There is also, for GLES, the extension GL_EXT_shader_framebuffer_fetch. If you are using Mesa with Intel hardware, one can enable this in GL (with a different extension name) if one is willing to hack the driver.

CaptainSnugglebottom
10-20-2017, 09:17 AM
glTextureBarrier is essentially a cache flush; So essentially that means all render caches are flushed to video memory and the texture caches are invalidated.

Also note that doing glTextureBarrier() means that any given draw call must NOT have any overlapping pixels and if two draw calls overlap in screen space, then a glTextureBarrier needs to be between them.
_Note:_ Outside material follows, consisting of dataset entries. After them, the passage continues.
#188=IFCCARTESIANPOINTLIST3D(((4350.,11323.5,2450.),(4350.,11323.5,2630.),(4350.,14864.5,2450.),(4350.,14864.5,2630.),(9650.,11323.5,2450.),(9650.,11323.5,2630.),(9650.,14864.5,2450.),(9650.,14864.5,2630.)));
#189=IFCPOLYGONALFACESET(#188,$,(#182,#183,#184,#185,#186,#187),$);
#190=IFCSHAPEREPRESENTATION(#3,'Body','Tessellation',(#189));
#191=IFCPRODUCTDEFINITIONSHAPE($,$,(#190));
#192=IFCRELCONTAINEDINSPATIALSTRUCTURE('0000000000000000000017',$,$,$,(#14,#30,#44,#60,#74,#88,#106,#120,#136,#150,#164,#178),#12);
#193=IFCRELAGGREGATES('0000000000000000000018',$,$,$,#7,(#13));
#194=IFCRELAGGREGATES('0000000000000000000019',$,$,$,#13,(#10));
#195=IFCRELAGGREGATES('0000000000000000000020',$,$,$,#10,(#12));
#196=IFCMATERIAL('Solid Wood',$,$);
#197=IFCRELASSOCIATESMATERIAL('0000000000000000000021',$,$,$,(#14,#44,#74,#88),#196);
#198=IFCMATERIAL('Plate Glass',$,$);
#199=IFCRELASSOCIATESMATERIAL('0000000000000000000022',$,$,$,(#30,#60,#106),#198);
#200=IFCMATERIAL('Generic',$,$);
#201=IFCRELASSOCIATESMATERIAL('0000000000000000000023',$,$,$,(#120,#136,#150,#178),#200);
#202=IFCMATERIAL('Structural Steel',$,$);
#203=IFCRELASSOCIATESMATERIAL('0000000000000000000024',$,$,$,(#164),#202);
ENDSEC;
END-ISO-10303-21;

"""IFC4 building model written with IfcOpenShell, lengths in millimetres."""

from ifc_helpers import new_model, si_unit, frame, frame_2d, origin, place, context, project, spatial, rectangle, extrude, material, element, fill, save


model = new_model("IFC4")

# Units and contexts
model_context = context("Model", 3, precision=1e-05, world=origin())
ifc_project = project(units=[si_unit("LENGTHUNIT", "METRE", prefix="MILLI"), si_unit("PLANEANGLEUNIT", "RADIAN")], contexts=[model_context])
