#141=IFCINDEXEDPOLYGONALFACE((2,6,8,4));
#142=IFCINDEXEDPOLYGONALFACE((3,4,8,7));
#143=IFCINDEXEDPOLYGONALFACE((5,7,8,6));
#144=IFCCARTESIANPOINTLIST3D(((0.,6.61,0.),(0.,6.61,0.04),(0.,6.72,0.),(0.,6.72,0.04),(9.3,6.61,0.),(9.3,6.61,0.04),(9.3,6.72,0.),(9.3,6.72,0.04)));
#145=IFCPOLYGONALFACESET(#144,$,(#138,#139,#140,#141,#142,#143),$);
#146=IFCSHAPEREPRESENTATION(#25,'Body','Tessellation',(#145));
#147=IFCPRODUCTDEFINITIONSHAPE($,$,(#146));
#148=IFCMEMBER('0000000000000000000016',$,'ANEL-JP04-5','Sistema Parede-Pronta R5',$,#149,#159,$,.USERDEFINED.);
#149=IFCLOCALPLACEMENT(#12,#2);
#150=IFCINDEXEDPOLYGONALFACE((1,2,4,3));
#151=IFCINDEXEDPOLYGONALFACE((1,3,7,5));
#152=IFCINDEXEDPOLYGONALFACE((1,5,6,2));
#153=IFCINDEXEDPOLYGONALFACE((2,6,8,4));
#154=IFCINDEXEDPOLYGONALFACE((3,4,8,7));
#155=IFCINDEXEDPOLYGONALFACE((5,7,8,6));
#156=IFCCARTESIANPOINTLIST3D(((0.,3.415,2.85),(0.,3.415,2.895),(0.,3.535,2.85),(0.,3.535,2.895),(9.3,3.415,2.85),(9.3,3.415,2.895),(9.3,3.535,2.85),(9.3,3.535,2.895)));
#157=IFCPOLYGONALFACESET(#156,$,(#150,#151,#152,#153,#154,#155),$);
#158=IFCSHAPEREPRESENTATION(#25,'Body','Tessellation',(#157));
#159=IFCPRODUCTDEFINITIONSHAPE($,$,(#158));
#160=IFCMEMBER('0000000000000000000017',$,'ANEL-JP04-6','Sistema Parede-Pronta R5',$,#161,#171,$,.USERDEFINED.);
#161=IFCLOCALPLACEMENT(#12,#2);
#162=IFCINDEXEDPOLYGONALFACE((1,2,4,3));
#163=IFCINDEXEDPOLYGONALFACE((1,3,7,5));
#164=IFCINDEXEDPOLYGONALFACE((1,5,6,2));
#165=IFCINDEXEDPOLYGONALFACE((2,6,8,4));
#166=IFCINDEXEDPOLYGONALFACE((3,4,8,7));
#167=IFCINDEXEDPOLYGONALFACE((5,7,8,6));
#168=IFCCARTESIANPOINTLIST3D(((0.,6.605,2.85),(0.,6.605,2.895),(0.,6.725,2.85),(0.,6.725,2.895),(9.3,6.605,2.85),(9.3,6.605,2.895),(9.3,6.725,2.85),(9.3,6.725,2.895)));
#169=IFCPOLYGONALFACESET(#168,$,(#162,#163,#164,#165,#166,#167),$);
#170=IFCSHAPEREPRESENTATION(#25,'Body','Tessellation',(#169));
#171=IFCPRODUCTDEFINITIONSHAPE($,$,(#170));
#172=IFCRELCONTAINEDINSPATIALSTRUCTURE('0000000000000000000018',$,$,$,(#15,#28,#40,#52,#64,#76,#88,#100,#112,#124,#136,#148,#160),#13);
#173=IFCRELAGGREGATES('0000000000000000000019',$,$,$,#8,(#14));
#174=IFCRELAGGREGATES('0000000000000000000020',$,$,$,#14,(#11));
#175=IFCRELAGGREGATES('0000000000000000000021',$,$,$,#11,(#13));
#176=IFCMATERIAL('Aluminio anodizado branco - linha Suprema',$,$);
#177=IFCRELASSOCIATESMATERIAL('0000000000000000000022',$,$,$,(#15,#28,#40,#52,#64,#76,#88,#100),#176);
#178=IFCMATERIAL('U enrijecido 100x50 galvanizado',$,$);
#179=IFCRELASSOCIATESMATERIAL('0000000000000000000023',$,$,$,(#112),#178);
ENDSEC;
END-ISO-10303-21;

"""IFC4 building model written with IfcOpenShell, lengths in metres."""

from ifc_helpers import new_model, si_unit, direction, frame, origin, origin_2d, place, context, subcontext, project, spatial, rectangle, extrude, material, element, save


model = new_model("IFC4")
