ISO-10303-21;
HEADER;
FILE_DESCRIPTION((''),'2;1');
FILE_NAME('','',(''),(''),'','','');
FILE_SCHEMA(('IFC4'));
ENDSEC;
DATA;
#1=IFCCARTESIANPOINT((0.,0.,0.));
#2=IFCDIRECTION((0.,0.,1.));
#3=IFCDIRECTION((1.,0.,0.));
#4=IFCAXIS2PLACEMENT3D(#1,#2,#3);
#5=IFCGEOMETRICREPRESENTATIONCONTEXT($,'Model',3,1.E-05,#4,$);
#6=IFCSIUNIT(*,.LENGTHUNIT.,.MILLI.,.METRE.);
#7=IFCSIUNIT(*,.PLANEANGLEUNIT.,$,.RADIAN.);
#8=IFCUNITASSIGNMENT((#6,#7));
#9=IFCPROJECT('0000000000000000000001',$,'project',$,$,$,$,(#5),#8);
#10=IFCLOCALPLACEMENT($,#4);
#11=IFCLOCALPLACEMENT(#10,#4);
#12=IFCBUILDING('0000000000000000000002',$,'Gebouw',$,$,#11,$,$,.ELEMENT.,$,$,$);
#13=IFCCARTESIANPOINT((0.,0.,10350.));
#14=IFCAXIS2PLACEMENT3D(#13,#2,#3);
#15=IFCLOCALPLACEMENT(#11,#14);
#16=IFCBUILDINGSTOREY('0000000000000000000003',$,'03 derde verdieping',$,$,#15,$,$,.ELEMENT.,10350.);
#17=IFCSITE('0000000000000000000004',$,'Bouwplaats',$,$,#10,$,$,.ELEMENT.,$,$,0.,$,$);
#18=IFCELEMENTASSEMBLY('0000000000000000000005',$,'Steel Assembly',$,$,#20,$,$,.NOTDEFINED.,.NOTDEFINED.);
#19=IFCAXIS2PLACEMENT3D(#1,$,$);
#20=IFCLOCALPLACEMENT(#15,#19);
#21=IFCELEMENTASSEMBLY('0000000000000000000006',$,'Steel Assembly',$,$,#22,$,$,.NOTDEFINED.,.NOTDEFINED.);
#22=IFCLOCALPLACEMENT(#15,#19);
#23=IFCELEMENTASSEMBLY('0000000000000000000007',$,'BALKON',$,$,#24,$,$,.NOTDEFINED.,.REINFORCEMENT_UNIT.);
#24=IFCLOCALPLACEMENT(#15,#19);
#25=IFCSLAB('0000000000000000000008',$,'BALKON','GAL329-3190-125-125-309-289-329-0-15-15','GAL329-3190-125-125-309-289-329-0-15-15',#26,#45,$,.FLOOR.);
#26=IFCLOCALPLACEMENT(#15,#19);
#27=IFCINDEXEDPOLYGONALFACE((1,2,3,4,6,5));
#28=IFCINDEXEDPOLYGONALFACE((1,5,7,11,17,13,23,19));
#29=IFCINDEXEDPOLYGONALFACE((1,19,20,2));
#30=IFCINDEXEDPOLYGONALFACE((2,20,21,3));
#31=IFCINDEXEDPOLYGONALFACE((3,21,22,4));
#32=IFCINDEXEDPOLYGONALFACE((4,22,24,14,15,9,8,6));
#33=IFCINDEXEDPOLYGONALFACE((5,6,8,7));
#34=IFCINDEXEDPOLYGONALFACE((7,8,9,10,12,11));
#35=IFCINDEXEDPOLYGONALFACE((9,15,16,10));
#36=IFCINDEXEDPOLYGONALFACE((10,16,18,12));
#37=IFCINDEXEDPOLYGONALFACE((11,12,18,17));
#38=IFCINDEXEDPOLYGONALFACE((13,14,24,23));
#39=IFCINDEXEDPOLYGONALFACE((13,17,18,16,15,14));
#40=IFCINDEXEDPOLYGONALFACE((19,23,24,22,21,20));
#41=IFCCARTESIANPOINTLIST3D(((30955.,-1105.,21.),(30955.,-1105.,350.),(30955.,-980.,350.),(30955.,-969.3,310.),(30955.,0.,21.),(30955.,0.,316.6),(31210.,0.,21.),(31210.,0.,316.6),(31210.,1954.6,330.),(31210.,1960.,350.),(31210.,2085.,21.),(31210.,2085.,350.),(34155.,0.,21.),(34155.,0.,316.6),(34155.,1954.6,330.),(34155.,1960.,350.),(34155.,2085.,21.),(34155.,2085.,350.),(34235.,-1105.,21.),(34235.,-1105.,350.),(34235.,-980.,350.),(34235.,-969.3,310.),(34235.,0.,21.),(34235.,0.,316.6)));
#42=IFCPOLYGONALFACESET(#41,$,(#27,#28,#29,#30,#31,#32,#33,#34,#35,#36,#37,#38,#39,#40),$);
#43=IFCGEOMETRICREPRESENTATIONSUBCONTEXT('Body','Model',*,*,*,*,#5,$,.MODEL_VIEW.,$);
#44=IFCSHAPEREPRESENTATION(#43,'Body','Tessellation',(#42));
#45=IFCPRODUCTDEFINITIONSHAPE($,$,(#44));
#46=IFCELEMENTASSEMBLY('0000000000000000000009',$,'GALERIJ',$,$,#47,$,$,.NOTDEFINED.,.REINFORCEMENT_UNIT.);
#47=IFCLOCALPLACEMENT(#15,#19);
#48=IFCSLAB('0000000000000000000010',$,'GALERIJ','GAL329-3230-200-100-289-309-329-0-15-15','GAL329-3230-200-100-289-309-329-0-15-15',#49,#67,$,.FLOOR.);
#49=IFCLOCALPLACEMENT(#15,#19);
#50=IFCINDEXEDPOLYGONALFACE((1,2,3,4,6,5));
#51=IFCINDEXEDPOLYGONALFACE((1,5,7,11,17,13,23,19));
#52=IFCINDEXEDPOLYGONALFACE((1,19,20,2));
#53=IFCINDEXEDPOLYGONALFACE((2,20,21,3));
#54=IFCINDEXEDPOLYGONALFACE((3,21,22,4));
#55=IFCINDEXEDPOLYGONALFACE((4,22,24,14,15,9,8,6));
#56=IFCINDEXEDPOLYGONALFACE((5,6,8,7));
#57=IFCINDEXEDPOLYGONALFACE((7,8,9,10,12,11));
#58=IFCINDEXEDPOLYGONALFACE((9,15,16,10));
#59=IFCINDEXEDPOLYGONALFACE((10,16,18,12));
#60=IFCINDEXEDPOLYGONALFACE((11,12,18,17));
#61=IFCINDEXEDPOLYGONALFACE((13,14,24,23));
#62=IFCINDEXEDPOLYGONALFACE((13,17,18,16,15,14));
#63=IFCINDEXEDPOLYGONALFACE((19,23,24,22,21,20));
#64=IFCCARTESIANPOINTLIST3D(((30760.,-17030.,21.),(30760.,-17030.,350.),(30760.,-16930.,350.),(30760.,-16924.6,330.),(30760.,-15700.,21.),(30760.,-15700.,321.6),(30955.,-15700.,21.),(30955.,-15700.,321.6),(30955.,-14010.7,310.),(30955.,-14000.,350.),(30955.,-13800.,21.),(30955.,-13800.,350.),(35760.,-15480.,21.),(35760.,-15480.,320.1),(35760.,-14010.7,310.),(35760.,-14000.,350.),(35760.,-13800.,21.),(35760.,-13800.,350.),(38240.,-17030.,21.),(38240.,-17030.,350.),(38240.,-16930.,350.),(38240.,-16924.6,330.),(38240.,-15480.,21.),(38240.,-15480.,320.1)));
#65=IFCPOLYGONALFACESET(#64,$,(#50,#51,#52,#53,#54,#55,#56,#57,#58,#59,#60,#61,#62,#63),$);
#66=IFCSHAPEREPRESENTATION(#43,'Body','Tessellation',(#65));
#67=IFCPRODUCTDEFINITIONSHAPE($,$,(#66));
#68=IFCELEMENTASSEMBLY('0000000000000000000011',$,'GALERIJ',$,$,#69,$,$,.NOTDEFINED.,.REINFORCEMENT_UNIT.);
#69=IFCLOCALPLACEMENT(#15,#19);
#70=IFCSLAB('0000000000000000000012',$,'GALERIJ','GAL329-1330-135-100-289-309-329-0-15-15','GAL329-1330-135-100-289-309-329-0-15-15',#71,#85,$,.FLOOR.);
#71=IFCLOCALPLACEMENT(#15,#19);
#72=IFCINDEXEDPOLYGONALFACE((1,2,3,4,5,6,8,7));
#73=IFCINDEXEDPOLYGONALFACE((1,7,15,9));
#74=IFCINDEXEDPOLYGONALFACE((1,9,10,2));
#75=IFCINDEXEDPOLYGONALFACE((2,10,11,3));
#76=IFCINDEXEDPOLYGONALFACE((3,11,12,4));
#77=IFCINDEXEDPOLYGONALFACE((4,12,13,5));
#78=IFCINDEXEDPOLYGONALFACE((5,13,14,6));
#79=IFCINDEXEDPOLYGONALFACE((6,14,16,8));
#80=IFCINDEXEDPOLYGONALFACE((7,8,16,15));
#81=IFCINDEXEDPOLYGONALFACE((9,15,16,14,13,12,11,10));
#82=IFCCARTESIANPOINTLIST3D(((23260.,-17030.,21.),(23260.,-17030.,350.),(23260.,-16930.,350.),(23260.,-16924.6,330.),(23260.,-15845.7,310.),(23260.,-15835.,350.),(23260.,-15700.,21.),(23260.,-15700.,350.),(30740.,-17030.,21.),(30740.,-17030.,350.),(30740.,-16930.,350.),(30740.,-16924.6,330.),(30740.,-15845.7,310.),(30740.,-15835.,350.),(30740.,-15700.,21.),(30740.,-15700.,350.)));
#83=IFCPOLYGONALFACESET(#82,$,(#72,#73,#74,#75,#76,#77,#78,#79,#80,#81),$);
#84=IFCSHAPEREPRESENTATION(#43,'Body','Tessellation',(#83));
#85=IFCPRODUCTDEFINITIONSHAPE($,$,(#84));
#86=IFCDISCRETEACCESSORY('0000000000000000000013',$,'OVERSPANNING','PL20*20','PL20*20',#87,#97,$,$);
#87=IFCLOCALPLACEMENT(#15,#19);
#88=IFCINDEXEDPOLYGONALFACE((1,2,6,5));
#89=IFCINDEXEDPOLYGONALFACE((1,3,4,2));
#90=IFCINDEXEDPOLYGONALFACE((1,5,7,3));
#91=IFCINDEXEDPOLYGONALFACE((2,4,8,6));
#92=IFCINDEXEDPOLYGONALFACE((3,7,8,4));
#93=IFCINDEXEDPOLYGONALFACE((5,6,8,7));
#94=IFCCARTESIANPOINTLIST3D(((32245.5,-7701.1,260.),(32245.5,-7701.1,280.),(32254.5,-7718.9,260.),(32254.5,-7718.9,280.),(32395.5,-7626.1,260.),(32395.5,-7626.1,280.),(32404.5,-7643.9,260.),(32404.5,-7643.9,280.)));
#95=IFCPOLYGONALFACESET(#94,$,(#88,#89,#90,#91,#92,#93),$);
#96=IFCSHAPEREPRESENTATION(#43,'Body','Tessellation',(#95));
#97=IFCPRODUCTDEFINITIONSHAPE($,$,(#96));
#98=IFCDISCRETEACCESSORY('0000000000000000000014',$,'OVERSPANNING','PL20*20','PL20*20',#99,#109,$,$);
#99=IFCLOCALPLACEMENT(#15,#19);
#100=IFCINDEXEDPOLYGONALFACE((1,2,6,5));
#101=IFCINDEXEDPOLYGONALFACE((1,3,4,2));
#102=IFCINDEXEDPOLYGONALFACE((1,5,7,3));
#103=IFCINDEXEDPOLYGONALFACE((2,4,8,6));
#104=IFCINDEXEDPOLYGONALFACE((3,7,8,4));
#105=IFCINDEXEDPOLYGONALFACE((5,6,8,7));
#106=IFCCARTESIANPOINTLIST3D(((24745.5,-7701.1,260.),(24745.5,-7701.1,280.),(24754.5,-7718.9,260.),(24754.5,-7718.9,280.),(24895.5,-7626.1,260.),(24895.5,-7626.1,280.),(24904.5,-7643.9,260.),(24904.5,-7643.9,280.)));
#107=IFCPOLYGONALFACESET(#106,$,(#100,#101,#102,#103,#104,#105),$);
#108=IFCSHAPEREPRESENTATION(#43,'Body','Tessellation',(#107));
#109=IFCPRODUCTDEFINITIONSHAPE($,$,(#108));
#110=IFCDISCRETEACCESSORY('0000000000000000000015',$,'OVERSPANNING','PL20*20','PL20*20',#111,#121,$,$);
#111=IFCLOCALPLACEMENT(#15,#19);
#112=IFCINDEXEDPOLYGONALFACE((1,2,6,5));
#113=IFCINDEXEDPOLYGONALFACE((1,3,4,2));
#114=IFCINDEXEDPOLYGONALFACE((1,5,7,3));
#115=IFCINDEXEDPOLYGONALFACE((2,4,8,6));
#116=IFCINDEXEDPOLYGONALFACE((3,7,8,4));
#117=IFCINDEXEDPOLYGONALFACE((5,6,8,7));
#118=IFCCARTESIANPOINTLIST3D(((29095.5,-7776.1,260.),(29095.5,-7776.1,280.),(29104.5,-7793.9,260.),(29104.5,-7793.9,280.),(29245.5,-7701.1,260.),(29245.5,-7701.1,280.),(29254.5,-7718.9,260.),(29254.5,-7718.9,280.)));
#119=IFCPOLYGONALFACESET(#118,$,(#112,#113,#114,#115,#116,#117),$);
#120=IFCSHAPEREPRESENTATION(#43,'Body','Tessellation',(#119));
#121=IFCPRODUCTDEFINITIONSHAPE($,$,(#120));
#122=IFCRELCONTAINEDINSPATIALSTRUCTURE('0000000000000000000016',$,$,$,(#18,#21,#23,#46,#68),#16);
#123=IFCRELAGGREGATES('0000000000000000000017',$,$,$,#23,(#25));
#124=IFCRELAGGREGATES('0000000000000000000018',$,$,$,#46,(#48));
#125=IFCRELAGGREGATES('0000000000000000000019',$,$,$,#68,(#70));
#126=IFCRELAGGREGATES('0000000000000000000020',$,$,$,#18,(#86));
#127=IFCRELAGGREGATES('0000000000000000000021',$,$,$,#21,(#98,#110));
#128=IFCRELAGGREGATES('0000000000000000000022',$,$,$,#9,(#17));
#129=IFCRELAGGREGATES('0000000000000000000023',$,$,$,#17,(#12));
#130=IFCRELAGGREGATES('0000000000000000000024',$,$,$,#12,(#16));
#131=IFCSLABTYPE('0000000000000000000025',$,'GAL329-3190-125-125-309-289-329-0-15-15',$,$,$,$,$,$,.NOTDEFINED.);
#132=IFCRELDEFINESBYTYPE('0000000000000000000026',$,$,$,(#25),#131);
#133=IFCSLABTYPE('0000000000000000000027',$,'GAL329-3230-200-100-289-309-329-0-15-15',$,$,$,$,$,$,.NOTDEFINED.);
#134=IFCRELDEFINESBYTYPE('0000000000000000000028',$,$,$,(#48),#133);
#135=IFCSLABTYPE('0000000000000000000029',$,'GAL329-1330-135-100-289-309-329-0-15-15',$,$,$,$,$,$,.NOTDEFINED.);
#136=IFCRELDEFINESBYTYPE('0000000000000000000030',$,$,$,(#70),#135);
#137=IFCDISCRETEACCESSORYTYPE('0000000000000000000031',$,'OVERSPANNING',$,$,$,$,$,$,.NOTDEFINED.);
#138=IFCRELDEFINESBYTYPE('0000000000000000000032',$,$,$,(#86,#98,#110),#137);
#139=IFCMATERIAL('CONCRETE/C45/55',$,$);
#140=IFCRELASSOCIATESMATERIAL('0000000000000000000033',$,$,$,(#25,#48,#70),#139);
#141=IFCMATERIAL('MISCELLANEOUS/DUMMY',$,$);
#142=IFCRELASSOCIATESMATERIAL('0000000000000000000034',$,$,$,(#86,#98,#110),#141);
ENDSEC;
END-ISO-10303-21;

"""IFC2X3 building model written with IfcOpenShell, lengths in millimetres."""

from ifc_helpers import new_model, si_unit, frame, origin_with_axes, origin_2d_with_axis, place, context, subcontext, project, spatial, polyline, rectangle, outline, extrude, boolean, material, type_object, element, aggregate, save


model = new_model("IFC2X3")

# Units and contexts
model_context = context("Model", 3, precision=1e-05, world=origin_with_axes())
body_context = subcontext(model_context, "Body", "Model", "MODEL_VIEW")
ifc_project = project(units=[si_unit("LENGTHUNIT", "METRE", prefix="MILLI"), si_unit("PLANEANGLEUNIT", "RADIAN")], contexts=[model_context])

# Site, building, storey
site_placement = place(None, origin_with_axes())
site = spatial("IfcSite", under=ifc_project, at=site_placement, Name="Bouwplaats", CompositionType="ELEMENT", RefElevation=0.0)
building_placement = place(site_placement, origin_with_axes())
building = spatial("IfcBuilding", under=site, at=building_placement, Name="Gebouw", CompositionType="ELEMENT")
storey_placement = place(building_placement, frame((0.0, 0.0, 10350.0), z_axis=(0.0, 0.0, 1.0), x_axis=(1.0, 0.0, 0.0)))
storey = spatial("IfcBuildingStorey", under=building, at=storey_placement, Name="03 derde verdieping", CompositionType="ELEMENT", Elevation=10350.0)

# Element assemblies
ifc_material_1 = material(Name="MISCELLANEOUS/DUMMY")
assembly_1_placement = place(storey_placement, origin_with_axes())
assembly_1 = element("IfcElementAssembly", 1, at=assembly_1_placement, inside=storey, Name="Steel Assembly", AssemblyPlace="NOTDEFINED", PredefinedType="NOTDEFINED")
assembly_2_placement = place(storey_placement, origin_with_axes())
assembly_2 = element("IfcElementAssembly", 2, at=assembly_2_placement, inside=storey, Name="Steel Assembly", AssemblyPlace="NOTDEFINED", PredefinedType="NOTDEFINED")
If one wants to have one's fragment shader read from the surface of a framebuffer -at- the location of its invocation, I (personally) prefer to use GL_ARB_shader_image_load_store together with GL_ARB_fragment_shader_interlock, but that can have negative consequences as well (on some platforms, lossless color buffer compression is disabled on a surface if one access the surface through GL_ARB_shader_image_load_store and the interlock forces ordering in screen space which can be ungood too for performance).

There is also, for GLES, the extension GL_EXT_shader_framebuffer_fetch. If you are using Mesa with Intel hardware, one can enable this in GL (with a different extension name) if one is willing to hack the driver.

So that basically means that I can't any of the reduced draw call techniques with a single FBO?

Alfonse Reinheart
10-20-2017, 03:32 PM
So that basically means that I can't any of the reduced draw call techniques with a single FBO?

If by "reduced draw call techniques", you're talking about things like instancing, AZDO and the like, sure you can. So long as all of the stuff between barriers never overlaps anything else in that series of draws.

Read/modify/write operations are not cheap. They're not things you should do willy-nilly, and they're usually not something you do . Most such techniques involve full-screen passes, where AZDO techniques are essentially irrelevant.

Also, ARB_fragment_shader_interlock exists for dealing with similar circumstances. But only some hardware supports it.

CaptainSnugglebottom
10-21-2017, 10:15 PM
Thanks for the heads up. I will keep that in mind.